“Yes.”
“Well, Rodney, as I cast my eyes down into the hold I caught sight of two or three boxes, iron-bound, bearing the name and marks we sometimes see on boxes of merchandise brought over by American vessels. What are they doing in the Staghound’s hold? What are they? Will you tell me?”
The old man was terribly perplexed. His two hard, brown hands were clasped on his knees, and his head was bent.
“Donald, can’t you look me in the face, as of old?”
Upon that the poor man broke down. He could contain himself no longer.
“No, Percy! I can’t!”
“Poor old Donald! What is it? How much have you—suffered them to lead you into doing?”
“Percy! I swear to you—I swear, on my Bible oath, that I’ve never lifted a hand to help in any of their mean, dirty work! The most I’ve done has been to let others do it, and wink at it. And yet, if we’d been taken to day by the king’s ship I should have been strung up with the rest of ’em! I tell you truly, dear boy, I never thought how dreadful it would be till it was all over.

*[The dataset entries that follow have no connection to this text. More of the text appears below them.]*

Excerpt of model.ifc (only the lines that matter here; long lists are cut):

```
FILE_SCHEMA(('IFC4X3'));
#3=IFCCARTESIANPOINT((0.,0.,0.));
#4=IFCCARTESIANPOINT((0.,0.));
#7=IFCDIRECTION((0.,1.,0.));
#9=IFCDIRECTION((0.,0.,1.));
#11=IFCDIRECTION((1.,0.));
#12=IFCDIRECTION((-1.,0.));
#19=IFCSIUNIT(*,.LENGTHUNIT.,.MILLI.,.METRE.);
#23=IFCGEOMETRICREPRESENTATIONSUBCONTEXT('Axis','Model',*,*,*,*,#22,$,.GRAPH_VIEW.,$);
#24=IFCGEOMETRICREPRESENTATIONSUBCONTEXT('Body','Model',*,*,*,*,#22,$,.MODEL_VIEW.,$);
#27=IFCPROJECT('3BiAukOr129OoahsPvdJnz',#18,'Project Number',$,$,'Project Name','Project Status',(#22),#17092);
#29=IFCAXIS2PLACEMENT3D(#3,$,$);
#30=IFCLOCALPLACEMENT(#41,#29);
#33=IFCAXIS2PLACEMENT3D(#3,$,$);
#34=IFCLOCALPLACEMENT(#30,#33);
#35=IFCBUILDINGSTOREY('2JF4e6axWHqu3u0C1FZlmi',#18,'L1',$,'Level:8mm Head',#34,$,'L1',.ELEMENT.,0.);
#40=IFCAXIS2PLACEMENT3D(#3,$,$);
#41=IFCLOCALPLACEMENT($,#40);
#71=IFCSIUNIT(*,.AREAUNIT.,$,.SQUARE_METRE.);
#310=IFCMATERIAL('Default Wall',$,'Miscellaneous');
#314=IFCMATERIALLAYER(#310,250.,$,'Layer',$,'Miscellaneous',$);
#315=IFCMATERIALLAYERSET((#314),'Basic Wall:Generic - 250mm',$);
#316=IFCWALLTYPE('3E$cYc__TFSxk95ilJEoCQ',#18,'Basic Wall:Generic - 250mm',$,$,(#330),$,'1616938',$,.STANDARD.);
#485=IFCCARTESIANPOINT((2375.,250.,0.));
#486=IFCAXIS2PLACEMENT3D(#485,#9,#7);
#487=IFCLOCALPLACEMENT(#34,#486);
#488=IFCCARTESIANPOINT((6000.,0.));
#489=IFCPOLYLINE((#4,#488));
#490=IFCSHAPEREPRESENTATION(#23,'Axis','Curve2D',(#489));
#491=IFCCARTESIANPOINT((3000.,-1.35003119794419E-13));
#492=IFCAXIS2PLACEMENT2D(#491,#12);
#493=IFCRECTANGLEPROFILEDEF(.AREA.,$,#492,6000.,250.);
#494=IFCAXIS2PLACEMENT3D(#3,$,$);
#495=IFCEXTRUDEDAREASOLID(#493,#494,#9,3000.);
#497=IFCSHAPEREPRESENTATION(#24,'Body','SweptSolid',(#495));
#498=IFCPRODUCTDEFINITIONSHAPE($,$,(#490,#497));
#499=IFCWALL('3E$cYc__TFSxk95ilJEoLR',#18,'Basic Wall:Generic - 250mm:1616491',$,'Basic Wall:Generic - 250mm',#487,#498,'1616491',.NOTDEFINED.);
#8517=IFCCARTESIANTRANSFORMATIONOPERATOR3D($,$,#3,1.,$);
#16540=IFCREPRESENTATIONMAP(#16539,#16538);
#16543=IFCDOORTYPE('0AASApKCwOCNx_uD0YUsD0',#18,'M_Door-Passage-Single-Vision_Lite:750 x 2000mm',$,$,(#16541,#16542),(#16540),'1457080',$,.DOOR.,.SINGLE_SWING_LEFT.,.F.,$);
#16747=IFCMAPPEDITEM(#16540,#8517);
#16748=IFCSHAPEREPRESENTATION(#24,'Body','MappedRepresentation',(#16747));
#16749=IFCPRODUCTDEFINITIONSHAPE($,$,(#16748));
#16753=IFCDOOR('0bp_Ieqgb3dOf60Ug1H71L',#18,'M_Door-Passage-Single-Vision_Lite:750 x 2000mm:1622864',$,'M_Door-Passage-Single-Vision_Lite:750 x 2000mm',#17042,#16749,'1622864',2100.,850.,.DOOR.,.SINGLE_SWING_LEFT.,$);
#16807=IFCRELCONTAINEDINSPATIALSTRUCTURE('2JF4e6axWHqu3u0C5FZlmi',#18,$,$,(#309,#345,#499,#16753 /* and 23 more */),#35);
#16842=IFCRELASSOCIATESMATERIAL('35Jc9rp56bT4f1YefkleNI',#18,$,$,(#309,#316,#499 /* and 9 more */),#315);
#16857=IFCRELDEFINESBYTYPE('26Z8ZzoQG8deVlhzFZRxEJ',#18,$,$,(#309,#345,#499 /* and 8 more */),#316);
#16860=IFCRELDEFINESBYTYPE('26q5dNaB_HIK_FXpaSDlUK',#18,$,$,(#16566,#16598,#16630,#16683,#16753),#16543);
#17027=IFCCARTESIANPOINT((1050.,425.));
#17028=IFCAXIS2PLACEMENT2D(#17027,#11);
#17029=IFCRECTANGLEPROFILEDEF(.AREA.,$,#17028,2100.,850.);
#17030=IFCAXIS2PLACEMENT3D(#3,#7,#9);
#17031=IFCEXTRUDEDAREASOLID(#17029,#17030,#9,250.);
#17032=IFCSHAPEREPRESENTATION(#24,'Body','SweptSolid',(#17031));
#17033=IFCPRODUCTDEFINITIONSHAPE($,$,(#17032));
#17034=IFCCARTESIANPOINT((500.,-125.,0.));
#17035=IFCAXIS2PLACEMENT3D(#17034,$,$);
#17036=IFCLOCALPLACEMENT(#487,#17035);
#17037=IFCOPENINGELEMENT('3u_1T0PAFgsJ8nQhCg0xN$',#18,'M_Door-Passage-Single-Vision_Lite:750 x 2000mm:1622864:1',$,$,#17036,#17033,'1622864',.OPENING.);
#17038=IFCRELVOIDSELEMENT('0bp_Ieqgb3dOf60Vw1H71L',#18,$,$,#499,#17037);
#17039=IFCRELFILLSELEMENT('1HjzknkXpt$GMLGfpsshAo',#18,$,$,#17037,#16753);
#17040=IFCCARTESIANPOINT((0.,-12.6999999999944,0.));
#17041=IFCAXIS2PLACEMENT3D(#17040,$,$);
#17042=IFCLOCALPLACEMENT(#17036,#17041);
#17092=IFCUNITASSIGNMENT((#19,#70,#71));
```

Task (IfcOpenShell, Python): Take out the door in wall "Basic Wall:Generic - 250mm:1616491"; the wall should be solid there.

```python
import ifcopenshell
import ifcopenshell.api.feature
import ifcopenshell.api.root
import ifcopenshell.geom
import ifcopenshell.util.shape

model = ifcopenshell.open("model.ifc")
settings = ifcopenshell.geom.settings()


def volume(element):
    """Net volume in cubic metres, openings subtracted."""
    shape = ifcopenshell.geom.create_shape(settings, element)
    return ifcopenshell.util.shape.get_volume(shape.geometry)


door = model.by_id(16753)
opening = door.FillsVoids[0].RelatingOpeningElement
wall = opening.VoidsElements[0].RelatingBuildingElement
before = volume(wall)

ifcopenshell.api.root.remove_product(model, product=door)
ifcopenshell.api.feature.remove_feature(model, feature=opening)

after = volume(wall)

print(f"wall volume {before:.3f} -> {after:.3f} m3")

model.write("model_updated.ifc")
```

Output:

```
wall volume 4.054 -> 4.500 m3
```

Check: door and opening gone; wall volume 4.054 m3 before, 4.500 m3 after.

“Oh! when we were honest smugglers, only bringing over the goods honestly bought in France, or Holland, or Germany, payin’ hard gold for everything we took, and simply runnin’ it in without stoppin’ to ask the king’s permission, and sellin’ it to them as would buy—why, then, my boy, I could look an honest man in the face anywhere. Then, Percy, some o’ the first men in the land were our friends. Bless ye, boy, your father had friends everywhere. There was scarcely a lord or a lady anywhere along the coast that didn’t bid him welcome. Ah! it’s different now.”
“In short, Donald, the Staghound has become a pirate?”